My previous whimsical posting has prompted several pertinent comments leading me to this marvellous site: 419 Eater.

I now know more about this scam industry – much of it (but not all) originating in Africa – than is healthy.

Some of the exchanges between Scambaiters and the would-be scammers intended to trick the scammers into wasting their time are very fine. See the reverse Harry Potter trick (producing many real pages of laborious scammer handwriting) and Derek Trotter’s wife (he wishes…).

As a reader points out, the IT needed to generate all those zany email introductions may not be especially clever:

… the only thing they need is a program (‘spider’) to gather some e-mail addresses from all around the web. Then they just put hundreds of Nigerians in front of their PCs in gloomy internet cafes and start the operation. In order to steal the money they must engage in a lengthy e-mail exchange and the response rate is minimal.

Perhaps that is why scammers do not hire people speaking English – multiplying even a modest rate by the number of different messages, the profits do not cover the expenses (I think).

Sounds about right. And recalls the clever explanation in Freakonomics of why in fact most drug dealers are poor:

In other words, a crack gang works pretty much like the standard capitalist enterprise: you have to be near the top of the pyramid to make a big wage. Notwithstanding the leadership’s rhetoric about the family nature of the business, the gang’s wages are about as skewed as wages in corporate America. A foot soldier had plenty in common with a McDonald’s burger flipper or a Wal-Mart shelf stocker…

… Which means that you stand a greater chance of dying while dealing crack in a Chicago housing project than you do while sitting on death row in Texas. So if crack dealing is the most dangerous job in America, and if the salary is only $3.30 an hour, why on earth would anyone take such a job?

Maybe in the event I was wrong on the core point.
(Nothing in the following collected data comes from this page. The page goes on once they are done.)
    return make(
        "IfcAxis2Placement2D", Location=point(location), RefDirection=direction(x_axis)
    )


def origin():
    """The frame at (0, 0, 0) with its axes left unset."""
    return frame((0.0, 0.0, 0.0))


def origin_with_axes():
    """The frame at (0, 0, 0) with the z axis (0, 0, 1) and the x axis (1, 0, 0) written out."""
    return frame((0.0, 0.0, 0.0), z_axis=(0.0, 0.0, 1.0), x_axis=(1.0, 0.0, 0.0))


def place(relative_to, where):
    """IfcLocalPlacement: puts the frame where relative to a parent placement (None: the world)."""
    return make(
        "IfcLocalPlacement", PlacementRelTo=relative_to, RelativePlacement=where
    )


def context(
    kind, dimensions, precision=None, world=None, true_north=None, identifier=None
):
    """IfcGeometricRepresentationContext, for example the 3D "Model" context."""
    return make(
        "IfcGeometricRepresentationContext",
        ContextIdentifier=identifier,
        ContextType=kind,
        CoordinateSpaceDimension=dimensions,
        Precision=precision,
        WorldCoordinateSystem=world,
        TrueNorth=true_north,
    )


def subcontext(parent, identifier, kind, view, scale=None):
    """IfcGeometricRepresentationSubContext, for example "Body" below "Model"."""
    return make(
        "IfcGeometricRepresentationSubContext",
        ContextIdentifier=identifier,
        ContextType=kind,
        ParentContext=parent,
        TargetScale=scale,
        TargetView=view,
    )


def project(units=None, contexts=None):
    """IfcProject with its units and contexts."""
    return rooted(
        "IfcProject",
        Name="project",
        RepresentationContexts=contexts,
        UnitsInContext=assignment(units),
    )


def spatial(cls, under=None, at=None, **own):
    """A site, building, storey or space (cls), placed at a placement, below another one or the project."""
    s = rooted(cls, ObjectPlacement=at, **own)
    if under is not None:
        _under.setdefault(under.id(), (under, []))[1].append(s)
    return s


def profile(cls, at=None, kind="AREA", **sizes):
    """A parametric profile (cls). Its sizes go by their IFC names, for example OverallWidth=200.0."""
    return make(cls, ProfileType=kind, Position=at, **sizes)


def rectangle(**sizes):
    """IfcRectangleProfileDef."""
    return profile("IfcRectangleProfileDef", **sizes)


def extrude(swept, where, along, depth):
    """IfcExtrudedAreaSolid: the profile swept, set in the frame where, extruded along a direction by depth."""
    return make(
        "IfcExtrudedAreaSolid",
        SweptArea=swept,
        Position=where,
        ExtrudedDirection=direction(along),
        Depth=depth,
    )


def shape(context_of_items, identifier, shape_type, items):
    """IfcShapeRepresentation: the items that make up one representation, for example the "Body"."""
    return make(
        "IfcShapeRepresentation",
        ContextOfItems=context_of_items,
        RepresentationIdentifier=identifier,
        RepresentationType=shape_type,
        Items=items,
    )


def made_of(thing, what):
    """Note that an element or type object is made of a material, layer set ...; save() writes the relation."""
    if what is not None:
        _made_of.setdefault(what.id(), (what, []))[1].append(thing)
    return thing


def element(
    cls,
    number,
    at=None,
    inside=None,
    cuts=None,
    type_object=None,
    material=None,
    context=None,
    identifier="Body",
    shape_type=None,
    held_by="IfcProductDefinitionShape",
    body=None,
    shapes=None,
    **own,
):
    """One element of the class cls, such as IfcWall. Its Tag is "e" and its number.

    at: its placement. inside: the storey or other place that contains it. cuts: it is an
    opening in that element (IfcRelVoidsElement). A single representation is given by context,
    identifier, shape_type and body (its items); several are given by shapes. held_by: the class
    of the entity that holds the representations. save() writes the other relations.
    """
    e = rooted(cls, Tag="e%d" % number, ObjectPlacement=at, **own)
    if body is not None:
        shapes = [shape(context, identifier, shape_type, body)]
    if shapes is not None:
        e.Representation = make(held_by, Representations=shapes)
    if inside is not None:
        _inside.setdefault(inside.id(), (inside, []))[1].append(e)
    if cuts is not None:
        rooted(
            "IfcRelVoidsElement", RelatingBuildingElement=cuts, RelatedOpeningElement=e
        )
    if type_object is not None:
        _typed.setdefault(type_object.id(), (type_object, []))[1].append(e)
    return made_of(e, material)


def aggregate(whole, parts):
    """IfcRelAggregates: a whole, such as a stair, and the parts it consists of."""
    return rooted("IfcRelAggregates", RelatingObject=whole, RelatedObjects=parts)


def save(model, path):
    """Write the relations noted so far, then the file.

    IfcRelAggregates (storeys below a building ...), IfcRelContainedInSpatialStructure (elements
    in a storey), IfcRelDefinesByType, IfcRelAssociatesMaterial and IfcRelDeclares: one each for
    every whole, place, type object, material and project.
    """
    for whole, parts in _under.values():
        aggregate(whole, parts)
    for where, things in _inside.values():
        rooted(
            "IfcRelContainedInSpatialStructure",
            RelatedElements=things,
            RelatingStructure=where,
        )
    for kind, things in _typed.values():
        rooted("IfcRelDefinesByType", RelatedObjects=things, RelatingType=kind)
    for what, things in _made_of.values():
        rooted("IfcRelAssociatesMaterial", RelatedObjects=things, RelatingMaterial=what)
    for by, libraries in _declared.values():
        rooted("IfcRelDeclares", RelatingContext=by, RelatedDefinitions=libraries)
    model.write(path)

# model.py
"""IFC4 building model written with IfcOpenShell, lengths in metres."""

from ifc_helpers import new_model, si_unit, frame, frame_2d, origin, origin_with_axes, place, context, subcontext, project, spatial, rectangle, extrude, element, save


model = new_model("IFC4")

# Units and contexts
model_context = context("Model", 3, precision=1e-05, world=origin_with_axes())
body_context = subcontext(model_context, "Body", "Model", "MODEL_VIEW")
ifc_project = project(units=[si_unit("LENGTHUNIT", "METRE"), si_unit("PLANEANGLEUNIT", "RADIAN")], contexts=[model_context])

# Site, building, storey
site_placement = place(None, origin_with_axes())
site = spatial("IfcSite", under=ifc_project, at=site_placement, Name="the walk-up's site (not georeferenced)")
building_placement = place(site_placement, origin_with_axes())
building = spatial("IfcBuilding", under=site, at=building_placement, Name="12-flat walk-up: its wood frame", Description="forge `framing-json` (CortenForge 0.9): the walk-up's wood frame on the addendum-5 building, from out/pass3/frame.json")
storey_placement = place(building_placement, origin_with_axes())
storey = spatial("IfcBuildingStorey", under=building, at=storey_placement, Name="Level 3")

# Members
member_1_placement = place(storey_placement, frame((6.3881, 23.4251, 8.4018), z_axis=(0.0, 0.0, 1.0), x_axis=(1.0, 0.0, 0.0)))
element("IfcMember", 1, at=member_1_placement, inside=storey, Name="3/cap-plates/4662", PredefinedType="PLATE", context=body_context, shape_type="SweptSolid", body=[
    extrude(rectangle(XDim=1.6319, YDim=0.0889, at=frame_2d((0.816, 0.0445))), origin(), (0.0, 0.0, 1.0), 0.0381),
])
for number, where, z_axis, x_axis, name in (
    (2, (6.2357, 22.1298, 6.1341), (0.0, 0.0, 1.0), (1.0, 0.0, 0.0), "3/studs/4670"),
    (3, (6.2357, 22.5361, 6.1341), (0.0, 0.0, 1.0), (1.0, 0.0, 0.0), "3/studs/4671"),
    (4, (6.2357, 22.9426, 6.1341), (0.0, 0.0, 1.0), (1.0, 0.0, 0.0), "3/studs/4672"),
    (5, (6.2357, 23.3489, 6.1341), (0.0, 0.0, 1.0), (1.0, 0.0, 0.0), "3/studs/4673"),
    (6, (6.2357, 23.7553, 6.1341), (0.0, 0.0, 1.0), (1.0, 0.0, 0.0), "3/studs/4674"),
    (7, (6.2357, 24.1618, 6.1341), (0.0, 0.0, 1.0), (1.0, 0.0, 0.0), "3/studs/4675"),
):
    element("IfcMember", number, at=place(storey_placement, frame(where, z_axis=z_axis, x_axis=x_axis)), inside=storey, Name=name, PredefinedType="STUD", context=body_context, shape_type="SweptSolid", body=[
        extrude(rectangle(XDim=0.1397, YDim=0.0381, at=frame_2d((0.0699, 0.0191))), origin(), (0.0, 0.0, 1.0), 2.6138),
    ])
A well-written elegant scam letter would not be convincing to most people as a potentially plausible human-interest hard luck story from Africa.
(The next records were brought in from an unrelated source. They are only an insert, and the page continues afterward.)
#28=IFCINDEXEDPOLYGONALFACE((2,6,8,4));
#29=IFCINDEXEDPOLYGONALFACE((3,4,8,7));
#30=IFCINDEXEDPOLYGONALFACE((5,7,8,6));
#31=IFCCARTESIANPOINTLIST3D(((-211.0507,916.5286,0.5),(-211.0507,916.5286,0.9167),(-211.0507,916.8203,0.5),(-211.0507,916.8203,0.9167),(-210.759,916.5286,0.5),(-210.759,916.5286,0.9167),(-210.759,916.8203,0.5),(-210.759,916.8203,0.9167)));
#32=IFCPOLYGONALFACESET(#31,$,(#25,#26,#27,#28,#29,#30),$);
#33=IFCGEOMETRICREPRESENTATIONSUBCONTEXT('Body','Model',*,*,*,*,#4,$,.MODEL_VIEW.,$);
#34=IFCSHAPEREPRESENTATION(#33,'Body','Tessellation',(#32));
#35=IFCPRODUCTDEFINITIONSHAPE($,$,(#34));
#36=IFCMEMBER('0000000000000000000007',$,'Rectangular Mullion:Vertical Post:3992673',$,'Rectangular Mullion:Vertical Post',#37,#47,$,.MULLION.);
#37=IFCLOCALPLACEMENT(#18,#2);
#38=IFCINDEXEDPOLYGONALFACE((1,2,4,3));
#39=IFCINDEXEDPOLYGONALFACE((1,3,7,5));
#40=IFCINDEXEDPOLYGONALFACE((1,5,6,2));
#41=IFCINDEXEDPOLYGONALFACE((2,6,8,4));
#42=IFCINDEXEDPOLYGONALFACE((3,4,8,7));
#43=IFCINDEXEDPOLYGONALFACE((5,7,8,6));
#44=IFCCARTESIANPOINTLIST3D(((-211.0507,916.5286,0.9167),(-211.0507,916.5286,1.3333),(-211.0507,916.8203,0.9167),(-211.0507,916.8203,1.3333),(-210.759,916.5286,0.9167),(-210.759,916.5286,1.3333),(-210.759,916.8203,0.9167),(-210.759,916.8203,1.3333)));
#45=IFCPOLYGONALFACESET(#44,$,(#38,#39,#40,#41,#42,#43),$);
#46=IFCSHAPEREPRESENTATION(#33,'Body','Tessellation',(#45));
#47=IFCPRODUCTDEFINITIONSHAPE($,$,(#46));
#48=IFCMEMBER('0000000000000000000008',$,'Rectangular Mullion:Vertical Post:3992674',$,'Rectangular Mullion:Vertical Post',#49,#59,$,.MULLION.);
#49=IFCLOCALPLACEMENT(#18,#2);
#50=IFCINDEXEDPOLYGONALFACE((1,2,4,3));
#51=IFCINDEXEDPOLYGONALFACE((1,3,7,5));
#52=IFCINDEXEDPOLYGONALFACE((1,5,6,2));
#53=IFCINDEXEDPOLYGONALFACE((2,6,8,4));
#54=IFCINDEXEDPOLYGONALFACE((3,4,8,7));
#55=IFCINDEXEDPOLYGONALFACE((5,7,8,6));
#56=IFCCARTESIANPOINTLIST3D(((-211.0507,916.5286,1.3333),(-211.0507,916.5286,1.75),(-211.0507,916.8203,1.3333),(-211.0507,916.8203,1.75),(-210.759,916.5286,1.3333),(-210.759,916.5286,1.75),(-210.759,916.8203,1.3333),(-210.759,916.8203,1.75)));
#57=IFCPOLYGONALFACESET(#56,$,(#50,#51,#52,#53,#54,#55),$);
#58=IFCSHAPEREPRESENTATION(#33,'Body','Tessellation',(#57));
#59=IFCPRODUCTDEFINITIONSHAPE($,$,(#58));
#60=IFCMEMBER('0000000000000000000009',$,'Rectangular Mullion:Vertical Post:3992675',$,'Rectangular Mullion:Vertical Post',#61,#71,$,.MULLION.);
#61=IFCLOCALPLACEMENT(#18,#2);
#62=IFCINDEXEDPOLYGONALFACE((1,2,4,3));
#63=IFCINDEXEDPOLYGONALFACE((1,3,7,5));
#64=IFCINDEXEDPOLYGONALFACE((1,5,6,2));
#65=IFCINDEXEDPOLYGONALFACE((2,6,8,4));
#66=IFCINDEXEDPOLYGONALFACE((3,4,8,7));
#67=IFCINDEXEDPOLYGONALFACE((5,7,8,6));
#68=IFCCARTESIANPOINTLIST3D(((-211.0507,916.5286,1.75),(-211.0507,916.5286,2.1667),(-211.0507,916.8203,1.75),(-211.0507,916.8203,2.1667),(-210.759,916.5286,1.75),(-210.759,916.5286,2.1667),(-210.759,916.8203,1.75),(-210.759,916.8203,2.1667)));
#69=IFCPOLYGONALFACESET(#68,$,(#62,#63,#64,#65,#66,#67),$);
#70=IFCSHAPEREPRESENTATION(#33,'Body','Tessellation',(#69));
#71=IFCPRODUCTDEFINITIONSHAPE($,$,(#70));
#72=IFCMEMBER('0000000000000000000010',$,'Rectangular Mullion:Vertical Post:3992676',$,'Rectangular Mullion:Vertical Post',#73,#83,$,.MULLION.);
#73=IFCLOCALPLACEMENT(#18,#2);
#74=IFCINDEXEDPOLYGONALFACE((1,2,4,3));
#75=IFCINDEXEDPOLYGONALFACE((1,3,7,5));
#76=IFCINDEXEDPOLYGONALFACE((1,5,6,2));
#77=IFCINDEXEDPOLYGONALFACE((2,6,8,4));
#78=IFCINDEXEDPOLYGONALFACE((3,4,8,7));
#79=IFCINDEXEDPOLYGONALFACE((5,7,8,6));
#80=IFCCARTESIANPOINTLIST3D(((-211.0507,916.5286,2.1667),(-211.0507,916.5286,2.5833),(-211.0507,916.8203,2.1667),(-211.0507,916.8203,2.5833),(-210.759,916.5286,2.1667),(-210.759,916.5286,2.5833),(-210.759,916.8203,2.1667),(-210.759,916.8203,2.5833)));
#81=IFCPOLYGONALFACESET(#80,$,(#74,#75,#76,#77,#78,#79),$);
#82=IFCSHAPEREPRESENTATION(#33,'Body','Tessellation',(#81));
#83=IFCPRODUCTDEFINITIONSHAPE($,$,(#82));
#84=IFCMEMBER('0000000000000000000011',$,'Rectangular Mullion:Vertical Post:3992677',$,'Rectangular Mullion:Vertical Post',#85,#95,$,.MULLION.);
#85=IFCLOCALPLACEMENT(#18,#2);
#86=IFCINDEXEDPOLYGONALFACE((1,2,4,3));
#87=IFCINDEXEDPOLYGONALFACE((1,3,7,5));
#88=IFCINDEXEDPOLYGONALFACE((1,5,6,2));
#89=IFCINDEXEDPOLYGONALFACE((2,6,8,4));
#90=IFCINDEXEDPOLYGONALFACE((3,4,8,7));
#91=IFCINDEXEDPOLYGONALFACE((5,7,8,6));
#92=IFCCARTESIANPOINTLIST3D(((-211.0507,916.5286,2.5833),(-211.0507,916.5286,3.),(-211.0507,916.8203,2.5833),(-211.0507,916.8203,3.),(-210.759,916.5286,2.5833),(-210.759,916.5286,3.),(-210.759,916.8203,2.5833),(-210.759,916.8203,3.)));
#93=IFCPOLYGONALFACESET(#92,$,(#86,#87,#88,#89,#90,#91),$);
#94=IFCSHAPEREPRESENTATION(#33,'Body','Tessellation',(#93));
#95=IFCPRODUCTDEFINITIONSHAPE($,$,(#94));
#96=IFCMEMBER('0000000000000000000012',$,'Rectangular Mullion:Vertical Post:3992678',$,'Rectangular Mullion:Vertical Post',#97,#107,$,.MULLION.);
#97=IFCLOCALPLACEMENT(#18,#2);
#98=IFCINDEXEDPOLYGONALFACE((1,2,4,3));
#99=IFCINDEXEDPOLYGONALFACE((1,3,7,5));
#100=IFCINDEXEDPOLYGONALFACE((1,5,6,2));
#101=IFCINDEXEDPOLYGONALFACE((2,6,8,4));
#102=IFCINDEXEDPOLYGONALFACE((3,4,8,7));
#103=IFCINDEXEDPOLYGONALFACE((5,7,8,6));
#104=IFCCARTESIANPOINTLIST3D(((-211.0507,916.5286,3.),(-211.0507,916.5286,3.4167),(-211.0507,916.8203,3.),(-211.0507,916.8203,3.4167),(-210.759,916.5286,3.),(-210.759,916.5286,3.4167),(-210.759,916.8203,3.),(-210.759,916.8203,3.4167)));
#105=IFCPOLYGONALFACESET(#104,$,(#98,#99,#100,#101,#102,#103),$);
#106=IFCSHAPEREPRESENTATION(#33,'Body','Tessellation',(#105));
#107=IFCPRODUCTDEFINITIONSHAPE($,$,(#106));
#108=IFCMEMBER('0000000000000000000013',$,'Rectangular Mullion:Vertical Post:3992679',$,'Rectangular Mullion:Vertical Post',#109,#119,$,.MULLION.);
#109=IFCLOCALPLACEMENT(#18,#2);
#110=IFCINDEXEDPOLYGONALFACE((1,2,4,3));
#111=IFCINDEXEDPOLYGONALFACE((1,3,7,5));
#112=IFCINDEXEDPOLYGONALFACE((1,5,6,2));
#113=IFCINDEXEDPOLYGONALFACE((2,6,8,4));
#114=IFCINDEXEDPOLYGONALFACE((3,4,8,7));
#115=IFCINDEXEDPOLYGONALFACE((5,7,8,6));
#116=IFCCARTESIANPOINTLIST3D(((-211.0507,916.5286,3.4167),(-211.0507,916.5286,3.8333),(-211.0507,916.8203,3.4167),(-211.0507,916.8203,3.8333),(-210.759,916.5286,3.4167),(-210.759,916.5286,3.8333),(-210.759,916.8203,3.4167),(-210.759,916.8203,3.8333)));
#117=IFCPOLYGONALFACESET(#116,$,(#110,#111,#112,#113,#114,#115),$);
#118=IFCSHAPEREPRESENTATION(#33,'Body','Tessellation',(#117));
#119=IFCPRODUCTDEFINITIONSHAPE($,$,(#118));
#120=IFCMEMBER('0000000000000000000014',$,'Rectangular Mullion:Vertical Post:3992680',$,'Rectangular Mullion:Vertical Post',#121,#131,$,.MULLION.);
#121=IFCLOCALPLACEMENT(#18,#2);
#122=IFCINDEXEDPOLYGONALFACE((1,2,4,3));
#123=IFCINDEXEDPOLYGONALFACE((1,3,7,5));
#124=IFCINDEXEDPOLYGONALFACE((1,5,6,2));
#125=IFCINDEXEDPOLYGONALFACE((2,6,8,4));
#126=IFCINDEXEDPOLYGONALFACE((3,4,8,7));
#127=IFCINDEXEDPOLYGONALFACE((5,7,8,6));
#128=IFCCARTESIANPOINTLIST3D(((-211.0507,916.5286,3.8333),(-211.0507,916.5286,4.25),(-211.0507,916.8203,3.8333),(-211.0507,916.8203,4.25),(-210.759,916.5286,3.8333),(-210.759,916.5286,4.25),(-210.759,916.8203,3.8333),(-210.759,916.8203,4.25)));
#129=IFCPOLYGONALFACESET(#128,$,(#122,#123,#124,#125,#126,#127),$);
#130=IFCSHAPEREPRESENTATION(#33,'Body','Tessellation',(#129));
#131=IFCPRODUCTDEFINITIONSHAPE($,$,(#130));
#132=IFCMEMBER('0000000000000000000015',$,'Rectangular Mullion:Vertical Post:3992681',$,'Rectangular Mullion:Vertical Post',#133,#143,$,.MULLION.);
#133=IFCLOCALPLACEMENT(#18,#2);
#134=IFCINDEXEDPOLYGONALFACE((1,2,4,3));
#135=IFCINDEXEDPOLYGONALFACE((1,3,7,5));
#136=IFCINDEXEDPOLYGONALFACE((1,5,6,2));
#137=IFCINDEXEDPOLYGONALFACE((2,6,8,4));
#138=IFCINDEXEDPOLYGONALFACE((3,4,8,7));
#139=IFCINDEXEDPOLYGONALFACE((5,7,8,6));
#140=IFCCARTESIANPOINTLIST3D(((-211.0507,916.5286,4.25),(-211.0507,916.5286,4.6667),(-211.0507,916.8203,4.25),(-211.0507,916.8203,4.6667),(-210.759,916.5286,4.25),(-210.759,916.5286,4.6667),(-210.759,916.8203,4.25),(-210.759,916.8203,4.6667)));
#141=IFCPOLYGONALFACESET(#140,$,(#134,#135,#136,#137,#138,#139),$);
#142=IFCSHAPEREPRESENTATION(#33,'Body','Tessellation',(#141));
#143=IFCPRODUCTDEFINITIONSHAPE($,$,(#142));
Hmm. It all comes down to marketing. I happen to be put off by excessively poor English. If they want to communicate with me, they need to do their research better! So there.

Or at least show the prolific imagination and even sheer wit exemplified in the Viagra spam emails which Gmail so wonderfully separates out for me, of the Amaze her with your Mighty Wonder-snake variety.

Writing those email leads could employ me rather well. How does one get into that line of work? Suggestions?